Falco. Sadie gritted her teeth. She was not going to answer his questions tonight.

She started forward once more, and the pounding began again.

“We know you were working with Walsh more closely than you told us,” he said, the hushed accusation leaching through the wood of the door.

Sadie turned around and moved toward the sound.

“I understand,” Falco said, his voice softer now, “what it must have taken for you to trust him.”

She pressed her forehead against the cool wood surface and closed her eyes. He couldn’t possibly.

“I just need to understand what he was doing. It’s the only way we can find his killer. You know that, Cross. You have to help us. We can’t help you unless you help us. You can count on Devlin and me. You know that.”

Sadie twisted around until her back was against the door, then tipped up the bottle and guzzled another deep swallow. With the fire burning in her gut, she slid down the door until she folded into a heap on the floor.

“Go away, Falco. I don’t need your help. Or Devlin’s.”

“We know about Naomi Taylor. We found Walsh’s working notes at her house. We need to understand what the pieces mean, Cross.”

Join the fucking crowd.

“I’ll call you tomorrow,” she lied. Anything to get him gone. She needed peace. Darkness. Quiet.

“What time tomorrow?”

Sadie gritted her teeth. “Just go, Falco, before I change my mind.”

He knew she would too. There were only a handful of people, and several of those were dead, who understood her. Falco was one of them. He even knew a few of her secrets.

But not all of them.

Hell, she didn’t even know all of them.

“Tomorrow, Cross. I need to hear from you tomorrow.”

“Yeah, yeah.”

She listened to the clomp of his footsteps fading down the stairs. The security system chimed again, confirming he’d gone.

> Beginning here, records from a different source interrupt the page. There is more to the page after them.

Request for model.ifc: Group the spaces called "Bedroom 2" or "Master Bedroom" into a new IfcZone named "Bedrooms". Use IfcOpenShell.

First a look at what the model holds.

```python
import ifcopenshell

model = ifcopenshell.open("model.ifc")
print(model.schema)
seen = {}
for space in model.by_type("IfcSpace"):
    seen[space.LongName] = seen.get(space.LongName, 0) + 1
for name, count in sorted(seen.items(), key=str):
    print(count, "x", name)
print("zones:", [z.Name for z in model.by_type("IfcZone")][:20])
```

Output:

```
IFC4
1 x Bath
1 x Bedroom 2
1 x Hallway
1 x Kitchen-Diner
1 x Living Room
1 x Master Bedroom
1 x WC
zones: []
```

```python
import ifcopenshell
import ifcopenshell.api.group
import ifcopenshell.api.root

model = ifcopenshell.open("model.ifc")

names = {"Bedroom 2", "Master Bedroom"}
spaces = [s for s in model.by_type("IfcSpace") if s.LongName in names]

zone = ifcopenshell.api.root.create_entity(model, ifc_class="IfcZone", name="Bedrooms")
ifcopenshell.api.group.assign_group(model, products=spaces, group=zone)
print(len(spaces), "spaces in", zone.Name)

model.write("model_v2.ifc")
```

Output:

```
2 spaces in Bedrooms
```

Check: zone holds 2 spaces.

Good. She angled up the bottle once more and focused on cutting her own path away from here.

 

 

8

Session One

Three Years Ago

“I am Dr. Oliver Holden. With me is my patient, Sadie Cross, age thirty-one. This is regression therapy, session one.”

The sounds of rustling papers float up from the recording.

“Sadie, are you ready to begin?”

“Guess so.”

“I want you to close your eyes and relax. Allow your muscles to loosen. Start with the muscles in your neck and shoulders. Let them soften; release any tension. Slow your breathing. Slow and deep. Now your arms. Allow them to lie beside you. No tension. No anticipation. Just lie there. Deep breath. Slower. In . . . out. Your legs should be relaxed. Soft. Pliable.